Real-Time High-Resolution Global PWV Retrieval Based on Weather Forecast Foundation Models and Cross-Validation With Radiosonde, GNSS, and ERA5
Abstract
High-quality precipitable water vapor (PWV) plays a vital role in climate change and weather prediction studies. This research introduces a novel scheme for retrieving high-resolution surface-domain PWV with real-time and forecasting capabilities with global coverage, utilizing weather forecast foundation models represented by Huawei Cloud Pangu-Weather, Google DeepMind GraphCast, and Shanghai AI Lab FengWu. The accuracy of the new scheme is cross-validated against PWVs from radiosondes, Global Navigation Satellite Systems (GNSSs), and the fifth generation ECMWF reanalysis (ERA5).
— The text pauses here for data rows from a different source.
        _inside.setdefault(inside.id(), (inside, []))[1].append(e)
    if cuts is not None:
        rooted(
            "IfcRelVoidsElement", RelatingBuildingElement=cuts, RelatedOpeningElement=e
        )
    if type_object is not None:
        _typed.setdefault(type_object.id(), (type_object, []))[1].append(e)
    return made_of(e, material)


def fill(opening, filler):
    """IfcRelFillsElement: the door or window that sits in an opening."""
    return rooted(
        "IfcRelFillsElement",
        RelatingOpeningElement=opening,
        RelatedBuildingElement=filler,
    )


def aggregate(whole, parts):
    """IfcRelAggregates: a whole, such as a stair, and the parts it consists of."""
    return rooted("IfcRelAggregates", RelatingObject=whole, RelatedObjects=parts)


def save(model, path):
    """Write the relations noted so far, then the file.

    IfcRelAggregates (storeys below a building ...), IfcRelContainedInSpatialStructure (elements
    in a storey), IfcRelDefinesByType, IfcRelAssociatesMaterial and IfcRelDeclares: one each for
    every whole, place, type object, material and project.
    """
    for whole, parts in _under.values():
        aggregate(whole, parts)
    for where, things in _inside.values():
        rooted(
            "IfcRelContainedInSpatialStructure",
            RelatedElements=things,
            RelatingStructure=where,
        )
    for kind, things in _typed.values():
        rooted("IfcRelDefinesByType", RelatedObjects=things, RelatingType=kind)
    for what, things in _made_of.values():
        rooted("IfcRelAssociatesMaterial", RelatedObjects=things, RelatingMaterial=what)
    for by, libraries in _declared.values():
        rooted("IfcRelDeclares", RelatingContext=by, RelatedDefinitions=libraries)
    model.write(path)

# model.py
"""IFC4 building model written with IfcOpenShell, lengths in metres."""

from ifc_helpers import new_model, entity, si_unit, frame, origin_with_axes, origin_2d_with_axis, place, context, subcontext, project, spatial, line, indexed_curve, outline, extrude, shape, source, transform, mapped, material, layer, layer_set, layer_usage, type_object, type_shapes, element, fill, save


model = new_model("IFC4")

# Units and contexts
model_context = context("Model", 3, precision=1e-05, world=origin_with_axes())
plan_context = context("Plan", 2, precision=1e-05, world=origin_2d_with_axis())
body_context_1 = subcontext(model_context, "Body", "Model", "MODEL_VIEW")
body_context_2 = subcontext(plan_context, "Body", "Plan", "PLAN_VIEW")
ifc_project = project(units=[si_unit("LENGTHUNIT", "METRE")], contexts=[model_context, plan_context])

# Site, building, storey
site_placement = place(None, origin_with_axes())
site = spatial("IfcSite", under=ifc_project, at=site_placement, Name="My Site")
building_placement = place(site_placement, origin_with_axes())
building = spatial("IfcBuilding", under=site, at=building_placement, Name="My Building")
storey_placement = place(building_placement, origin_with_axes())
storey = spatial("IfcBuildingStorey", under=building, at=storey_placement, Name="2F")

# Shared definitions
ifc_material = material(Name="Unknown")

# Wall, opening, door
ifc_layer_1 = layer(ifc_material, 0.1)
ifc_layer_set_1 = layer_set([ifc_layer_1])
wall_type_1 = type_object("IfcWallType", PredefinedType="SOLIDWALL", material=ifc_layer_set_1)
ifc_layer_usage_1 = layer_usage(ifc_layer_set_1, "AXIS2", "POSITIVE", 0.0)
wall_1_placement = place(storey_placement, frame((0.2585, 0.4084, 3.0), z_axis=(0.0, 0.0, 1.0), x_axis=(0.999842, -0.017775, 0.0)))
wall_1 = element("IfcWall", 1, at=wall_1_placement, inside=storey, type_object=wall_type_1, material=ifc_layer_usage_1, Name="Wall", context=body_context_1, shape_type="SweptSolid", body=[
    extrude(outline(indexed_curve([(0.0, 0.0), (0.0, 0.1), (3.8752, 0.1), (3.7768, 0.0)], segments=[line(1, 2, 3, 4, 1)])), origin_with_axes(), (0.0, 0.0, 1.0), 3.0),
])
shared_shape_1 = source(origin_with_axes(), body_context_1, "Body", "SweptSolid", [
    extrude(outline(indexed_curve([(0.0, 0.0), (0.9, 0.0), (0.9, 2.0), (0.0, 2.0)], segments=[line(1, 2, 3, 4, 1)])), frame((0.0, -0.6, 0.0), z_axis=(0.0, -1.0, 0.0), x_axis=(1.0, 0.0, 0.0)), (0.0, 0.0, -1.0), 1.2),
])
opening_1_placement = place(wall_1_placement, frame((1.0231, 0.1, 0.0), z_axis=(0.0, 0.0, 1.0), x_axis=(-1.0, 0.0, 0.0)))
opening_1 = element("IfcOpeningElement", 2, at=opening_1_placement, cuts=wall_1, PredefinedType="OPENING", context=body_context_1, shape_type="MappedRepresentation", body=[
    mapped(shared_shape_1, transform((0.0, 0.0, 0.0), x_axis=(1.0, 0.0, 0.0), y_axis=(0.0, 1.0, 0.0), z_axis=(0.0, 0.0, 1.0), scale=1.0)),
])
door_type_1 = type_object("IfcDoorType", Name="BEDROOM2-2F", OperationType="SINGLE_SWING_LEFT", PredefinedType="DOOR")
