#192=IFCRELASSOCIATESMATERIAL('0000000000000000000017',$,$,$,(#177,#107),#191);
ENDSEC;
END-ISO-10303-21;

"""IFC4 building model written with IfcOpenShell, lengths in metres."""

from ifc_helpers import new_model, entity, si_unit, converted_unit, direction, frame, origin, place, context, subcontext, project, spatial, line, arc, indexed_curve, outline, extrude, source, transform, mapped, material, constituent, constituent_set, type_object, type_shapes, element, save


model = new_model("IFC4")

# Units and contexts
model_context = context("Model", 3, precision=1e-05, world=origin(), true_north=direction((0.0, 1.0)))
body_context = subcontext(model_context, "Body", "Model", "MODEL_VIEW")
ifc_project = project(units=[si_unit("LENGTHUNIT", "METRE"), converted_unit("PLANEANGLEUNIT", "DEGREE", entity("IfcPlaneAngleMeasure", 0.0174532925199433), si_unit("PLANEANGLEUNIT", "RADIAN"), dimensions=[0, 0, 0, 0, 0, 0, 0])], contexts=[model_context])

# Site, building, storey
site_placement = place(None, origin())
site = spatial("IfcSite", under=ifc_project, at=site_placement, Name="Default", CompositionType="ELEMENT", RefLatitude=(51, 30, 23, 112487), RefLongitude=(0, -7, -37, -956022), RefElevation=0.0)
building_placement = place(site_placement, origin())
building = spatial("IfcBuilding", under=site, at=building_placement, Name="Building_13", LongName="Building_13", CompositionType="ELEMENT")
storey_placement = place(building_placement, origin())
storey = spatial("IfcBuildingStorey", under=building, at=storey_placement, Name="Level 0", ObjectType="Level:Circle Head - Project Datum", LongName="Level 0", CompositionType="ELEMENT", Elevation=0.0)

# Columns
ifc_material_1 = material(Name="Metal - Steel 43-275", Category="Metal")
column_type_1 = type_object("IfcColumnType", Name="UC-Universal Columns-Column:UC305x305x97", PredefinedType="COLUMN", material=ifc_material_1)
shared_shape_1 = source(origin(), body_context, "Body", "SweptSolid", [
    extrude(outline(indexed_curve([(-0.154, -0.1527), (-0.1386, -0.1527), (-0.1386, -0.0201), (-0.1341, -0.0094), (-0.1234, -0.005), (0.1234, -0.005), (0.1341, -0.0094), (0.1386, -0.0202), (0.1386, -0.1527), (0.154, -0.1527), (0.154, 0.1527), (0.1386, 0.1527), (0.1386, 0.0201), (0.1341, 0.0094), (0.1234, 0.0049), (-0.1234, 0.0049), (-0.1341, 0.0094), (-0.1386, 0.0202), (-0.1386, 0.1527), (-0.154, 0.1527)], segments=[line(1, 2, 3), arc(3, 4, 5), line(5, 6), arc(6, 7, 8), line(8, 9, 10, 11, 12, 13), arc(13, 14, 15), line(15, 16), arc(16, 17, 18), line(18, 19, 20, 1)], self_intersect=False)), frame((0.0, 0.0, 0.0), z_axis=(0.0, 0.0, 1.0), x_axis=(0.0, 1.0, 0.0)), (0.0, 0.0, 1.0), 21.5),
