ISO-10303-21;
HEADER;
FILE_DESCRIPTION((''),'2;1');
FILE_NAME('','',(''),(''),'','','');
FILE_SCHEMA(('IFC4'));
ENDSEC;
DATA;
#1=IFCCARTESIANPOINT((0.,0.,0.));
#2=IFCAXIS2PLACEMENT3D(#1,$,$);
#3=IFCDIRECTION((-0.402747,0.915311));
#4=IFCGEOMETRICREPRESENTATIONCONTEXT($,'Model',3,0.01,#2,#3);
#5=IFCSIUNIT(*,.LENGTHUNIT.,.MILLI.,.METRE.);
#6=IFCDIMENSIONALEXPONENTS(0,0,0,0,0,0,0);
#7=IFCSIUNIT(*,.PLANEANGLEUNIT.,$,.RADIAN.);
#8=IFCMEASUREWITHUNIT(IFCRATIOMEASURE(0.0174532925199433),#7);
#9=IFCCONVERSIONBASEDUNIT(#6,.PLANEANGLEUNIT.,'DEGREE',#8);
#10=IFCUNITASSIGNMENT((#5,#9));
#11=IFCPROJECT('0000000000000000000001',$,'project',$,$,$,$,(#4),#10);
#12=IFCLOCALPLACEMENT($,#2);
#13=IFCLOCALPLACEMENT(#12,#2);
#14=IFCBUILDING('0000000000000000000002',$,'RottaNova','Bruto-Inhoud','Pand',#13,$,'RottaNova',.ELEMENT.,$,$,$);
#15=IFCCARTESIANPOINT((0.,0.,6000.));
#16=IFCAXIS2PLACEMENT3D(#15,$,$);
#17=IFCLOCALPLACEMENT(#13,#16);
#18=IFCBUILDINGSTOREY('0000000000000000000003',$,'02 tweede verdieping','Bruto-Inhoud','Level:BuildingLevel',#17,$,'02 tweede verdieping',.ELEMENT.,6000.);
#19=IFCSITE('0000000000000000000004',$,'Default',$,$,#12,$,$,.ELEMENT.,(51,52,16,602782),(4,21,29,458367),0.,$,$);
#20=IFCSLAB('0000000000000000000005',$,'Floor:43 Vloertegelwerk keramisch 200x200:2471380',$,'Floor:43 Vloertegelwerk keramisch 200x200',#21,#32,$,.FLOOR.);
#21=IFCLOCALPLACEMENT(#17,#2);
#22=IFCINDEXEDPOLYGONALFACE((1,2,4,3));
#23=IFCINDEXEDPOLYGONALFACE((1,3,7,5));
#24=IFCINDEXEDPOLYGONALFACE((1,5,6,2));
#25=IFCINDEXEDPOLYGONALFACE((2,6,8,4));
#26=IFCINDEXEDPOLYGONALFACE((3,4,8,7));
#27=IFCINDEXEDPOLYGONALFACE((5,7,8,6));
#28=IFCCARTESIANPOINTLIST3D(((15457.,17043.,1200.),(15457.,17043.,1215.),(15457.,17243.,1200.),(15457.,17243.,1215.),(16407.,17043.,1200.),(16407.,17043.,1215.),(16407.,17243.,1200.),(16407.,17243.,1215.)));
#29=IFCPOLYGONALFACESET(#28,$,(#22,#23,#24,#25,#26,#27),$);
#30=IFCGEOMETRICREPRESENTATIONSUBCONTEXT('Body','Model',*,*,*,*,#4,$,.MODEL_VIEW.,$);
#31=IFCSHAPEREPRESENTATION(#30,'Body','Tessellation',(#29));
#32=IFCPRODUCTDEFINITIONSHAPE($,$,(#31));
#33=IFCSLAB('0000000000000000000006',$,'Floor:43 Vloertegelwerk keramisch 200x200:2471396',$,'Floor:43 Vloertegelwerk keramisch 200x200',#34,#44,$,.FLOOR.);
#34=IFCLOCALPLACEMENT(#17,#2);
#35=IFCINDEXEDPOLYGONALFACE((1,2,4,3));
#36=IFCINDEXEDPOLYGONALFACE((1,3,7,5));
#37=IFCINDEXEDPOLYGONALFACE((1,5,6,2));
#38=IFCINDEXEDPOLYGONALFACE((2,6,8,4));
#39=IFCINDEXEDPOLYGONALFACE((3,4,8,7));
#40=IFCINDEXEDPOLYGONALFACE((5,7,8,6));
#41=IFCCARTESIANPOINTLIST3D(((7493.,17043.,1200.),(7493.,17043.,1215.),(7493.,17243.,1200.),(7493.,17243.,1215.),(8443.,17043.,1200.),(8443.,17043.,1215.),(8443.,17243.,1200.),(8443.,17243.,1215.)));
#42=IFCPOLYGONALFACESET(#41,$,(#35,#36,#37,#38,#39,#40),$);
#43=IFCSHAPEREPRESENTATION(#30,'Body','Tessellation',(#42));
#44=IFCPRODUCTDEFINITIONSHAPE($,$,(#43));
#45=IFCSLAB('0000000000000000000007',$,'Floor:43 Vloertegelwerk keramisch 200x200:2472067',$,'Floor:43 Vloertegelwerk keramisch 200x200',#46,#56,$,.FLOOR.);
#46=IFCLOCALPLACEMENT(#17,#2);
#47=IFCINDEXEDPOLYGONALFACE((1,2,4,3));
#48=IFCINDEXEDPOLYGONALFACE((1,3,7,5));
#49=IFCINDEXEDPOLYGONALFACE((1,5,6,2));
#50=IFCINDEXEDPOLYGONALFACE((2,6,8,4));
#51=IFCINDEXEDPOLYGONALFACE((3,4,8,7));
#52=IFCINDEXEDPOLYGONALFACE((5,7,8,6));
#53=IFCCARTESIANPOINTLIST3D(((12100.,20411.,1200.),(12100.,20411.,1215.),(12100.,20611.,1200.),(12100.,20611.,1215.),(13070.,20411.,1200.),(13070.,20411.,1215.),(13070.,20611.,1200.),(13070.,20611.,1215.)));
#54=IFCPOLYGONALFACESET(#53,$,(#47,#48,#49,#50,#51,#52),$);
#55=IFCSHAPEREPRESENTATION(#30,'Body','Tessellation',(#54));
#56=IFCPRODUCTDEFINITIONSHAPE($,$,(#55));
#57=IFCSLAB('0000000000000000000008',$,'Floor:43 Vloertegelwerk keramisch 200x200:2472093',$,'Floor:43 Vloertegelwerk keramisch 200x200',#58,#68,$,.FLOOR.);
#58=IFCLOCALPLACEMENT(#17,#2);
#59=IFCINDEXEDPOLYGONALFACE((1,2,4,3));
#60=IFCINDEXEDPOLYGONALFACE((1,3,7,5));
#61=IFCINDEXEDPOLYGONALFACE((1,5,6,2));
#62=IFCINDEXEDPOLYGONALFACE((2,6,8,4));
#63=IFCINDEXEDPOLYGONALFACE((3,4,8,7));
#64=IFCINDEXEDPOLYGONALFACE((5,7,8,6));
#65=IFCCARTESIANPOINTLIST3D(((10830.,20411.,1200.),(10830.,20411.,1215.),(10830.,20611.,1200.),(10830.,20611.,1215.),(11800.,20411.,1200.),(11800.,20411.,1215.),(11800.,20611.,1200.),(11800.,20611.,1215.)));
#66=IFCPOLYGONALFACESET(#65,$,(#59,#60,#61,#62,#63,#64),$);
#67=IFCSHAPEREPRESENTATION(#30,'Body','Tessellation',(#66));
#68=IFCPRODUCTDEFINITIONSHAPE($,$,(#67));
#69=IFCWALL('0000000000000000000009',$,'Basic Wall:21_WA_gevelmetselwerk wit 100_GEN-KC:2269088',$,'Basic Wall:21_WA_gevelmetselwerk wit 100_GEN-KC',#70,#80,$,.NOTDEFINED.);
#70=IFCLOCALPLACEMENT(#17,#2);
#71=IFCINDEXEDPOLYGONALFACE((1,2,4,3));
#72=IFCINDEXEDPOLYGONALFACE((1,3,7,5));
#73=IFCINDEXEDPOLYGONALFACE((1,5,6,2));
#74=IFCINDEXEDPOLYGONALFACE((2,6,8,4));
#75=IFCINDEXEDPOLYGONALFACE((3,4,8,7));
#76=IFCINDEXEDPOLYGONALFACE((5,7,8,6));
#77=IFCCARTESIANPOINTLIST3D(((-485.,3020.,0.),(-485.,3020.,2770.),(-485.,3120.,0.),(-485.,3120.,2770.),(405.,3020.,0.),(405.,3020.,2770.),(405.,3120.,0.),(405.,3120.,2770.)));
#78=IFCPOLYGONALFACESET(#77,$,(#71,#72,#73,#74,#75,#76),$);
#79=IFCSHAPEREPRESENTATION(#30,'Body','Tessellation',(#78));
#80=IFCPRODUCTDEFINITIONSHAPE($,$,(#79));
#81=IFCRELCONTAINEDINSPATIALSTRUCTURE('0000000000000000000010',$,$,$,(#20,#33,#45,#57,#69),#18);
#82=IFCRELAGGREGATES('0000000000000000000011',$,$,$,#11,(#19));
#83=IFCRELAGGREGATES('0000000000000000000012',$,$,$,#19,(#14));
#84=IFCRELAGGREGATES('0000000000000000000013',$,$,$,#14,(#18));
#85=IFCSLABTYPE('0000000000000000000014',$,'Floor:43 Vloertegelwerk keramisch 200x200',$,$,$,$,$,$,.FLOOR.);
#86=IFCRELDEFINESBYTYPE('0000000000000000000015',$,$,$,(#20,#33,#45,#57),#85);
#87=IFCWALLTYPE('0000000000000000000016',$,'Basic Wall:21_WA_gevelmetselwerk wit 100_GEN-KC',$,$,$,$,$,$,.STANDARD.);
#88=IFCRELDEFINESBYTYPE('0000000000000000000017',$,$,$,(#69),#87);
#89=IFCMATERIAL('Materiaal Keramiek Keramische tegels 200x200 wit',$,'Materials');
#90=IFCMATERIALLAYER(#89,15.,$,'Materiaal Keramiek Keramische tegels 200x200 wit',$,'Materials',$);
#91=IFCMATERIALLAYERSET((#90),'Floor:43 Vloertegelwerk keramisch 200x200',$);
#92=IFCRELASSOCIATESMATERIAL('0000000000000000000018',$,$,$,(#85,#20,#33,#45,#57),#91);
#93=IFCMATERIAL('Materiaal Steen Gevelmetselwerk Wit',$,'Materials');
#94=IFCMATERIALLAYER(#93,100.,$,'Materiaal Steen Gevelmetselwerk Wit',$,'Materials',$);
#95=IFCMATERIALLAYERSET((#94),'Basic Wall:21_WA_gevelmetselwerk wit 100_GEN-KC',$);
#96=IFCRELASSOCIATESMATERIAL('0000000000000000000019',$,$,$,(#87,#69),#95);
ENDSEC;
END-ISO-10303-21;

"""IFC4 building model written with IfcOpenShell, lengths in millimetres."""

from ifc_helpers import new_model, entity, si_unit, converted_unit, direction, frame, frame_2d, origin, origin_2d_with_axis, place, context, subcontext, project, spatial, rectangle, extrude, material, layer, layer_set, layer_usage, type_object, element, save


model = new_model("IFC4")

# Units and contexts
model_context = context("Model", 3, precision=0.01, world=origin(), true_north=direction((-0.402747, 0.915311)))
body_context = subcontext(model_context, "Body", "Model", "MODEL_VIEW")
ifc_project = project(units=[si_unit("LENGTHUNIT", "METRE", prefix="MILLI"), converted_unit("PLANEANGLEUNIT", "DEGREE", entity("IfcRatioMeasure", 0.0174532925199433), si_unit("PLANEANGLEUNIT", "RADIAN"), dimensions=[0, 0, 0, 0, 0, 0, 0])], contexts=[model_context])

# Site, building, storey
site_placement = place(None, origin())
site = spatial("IfcSite", under=ifc_project, at=site_placement, Name="Default", CompositionType="ELEMENT", RefLatitude=(51, 52, 16, 602782), RefLongitude=(4, 21, 29, 458367), RefElevation=0.0)
building_placement = place(site_placement, origin())
building = spatial("IfcBuilding", under=site, at=building_placement, Name="RottaNova", Description="Bruto-Inhoud", ObjectType="Pand", LongName="RottaNova", CompositionType="ELEMENT")
storey_placement = place(building_placement, frame((0.0, 0.0, 6000.0)))
storey = spatial("IfcBuildingStorey", under=building, at=storey_placement, Name="02 tweede verdieping", Description="Bruto-Inhoud", ObjectType="Level:BuildingLevel", LongName="02 tweede verdieping", CompositionType="ELEMENT", Elevation=6000.0)

# Slabs
ifc_material_1 = material(Name="Materiaal Keramiek Keramische tegels 200x200 wit", Category="Materials")
ifc_layer_1 = layer(ifc_material_1, 15.0, Name="Materiaal Keramiek Keramische tegels 200x200 wit", Category="Materials")
ifc_layer_set_1 = layer_set([ifc_layer_1], Name="Floor:43 Vloertegelwerk keramisch 200x200")
ifc_layer_usage_1 = layer_usage(ifc_layer_set_1, "AXIS3", "POSITIVE", 0.0)
slab_type_1 = type_object("IfcSlabType", Name="Floor:43 Vloertegelwerk keramisch 200x200", PredefinedType="FLOOR", material=ifc_layer_set_1)
slab_1_placement = place(storey_placement, origin())
element("IfcSlab", 1, at=slab_1_placement, inside=storey, type_object=slab_type_1, material=ifc_layer_usage_1, Name="Floor:43 Vloertegelwerk keramisch 200x200:2471380", ObjectType="Floor:43 Vloertegelwerk keramisch 200x200", PredefinedType="FLOOR", context=body_context, shape_type="SweptSolid", body=[
    extrude(rectangle(XDim=200.0, YDim=950.0, at=frame_2d((0.0, 0.0), x_axis=(1.0, 0.0))), frame((15932.0, 17143.0, 1215.0), z_axis=(0.0, 0.0, -1.0), x_axis=(0.0, 1.0, 0.0)), (0.0, 0.0, 1.0), 15.0),
])
slab_2_placement = place(storey_placement, origin())
element("IfcSlab", 2, at=slab_2_placement, inside=storey, type_object=slab_type_1, material=ifc_layer_usage_1, Name="Floor:43 Vloertegelwerk keramisch 200x200:2471396", ObjectType="Floor:43 Vloertegelwerk keramisch 200x200", PredefinedType="FLOOR", context=body_context, shape_type="SweptSolid", body=[
    extrude(rectangle(XDim=200.0, YDim=950.0, at=origin_2d_with_axis()), frame((7968.0, 17143.0, 1215.0), z_axis=(0.0, 0.0, -1.0), x_axis=(0.0, 1.0, 0.0)), (0.0, 0.0, 1.0), 15.0),
])
slab_3_placement = place(storey_placement, origin())
element("IfcSlab", 3, at=slab_3_placement, inside=storey, type_object=slab_type_1, material=ifc_layer_usage_1, Name="Floor:43 Vloertegelwerk keramisch 200x200:2472067", ObjectType="Floor:43 Vloertegelwerk keramisch 200x200", PredefinedType="FLOOR", context=body_context, shape_type="SweptSolid", body=[
    extrude(rectangle(XDim=200.0, YDim=970.0, at=origin_2d_with_axis()), frame((12585.0, 20511.0, 1215.0), z_axis=(0.0, 0.0, -1.0), x_axis=(0.0, 1.0, 0.0)), (0.0, 0.0, 1.0), 15.0),
])
slab_4_placement = place(storey_placement, origin())
element("IfcSlab", 4, at=slab_4_placement, inside=storey, type_object=slab_type_1, material=ifc_layer_usage_1, Name="Floor:43 Vloertegelwerk keramisch 200x200:2472093", ObjectType="Floor:43 Vloertegelwerk keramisch 200x200", PredefinedType="FLOOR", context=body_context, shape_type="SweptSolid", body=[
    extrude(rectangle(XDim=200.0, YDim=970.0, at=origin_2d_with_axis()), frame((11315.0, 20511.0, 1215.0), z_axis=(0.0, 0.0, -1.0), x_axis=(0.0, 1.0, 0.0)), (0.0, 0.0, 1.0), 15.0),
])

# Wall
ifc_material_2 = material(Name="Materiaal Steen Gevelmetselwerk Wit", Category="Materials")
ifc_layer_2 = layer(ifc_material_2, 100.0, Name="Materiaal Steen Gevelmetselwerk Wit", Category="Materials")
ifc_layer_set_2 = layer_set([ifc_layer_2], Name="Basic Wall:21_WA_gevelmetselwerk wit 100_GEN-KC")
wall_type = type_object("IfcWallType", Name="Basic Wall:21_WA_gevelmetselwerk wit 100_GEN-KC", PredefinedType="STANDARD", material=ifc_layer_set_2)
wall_placement = place(storey_placement, frame((-485.0, 3070.0, 0.0)))
element("IfcWall", 5, at=wall_placement, inside=storey, type_object=wall_type, material=ifc_layer_set_2, Name="Basic Wall:21_WA_gevelmetselwerk wit 100_GEN-KC:2269088", ObjectType="Basic Wall:21_WA_gevelmetselwerk wit 100_GEN-KC", PredefinedType="NOTDEFINED", context=body_context, shape_type="SweptSolid", body=[
    extrude(rectangle(XDim=890.0, YDim=100.0, at=frame_2d((445.0, 0.0), x_axis=(-1.0, 0.0))), origin(), (0.0, 0.0, 1.0), 2770.0),
])

save(model, "model.ifc")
Results show the new scheme achieves 3.01 mm global root mean square error (RMSE) in real-time, and the value reduce to 2.25 mm when focusing only on land areas, which is more accurate than most existing methods that rely on post-processed surface-domain data. The poor accuracy in low-latitude and mid-latitude ocean regions limits the accuracy of the new scheme and future integration of GNSS PWV data from ocean sources is expected to improve it. Overall, the proposed scheme demonstrates very satisfactory global PWV accuracy and has the potential for further improvement with the development of artificial intelligence.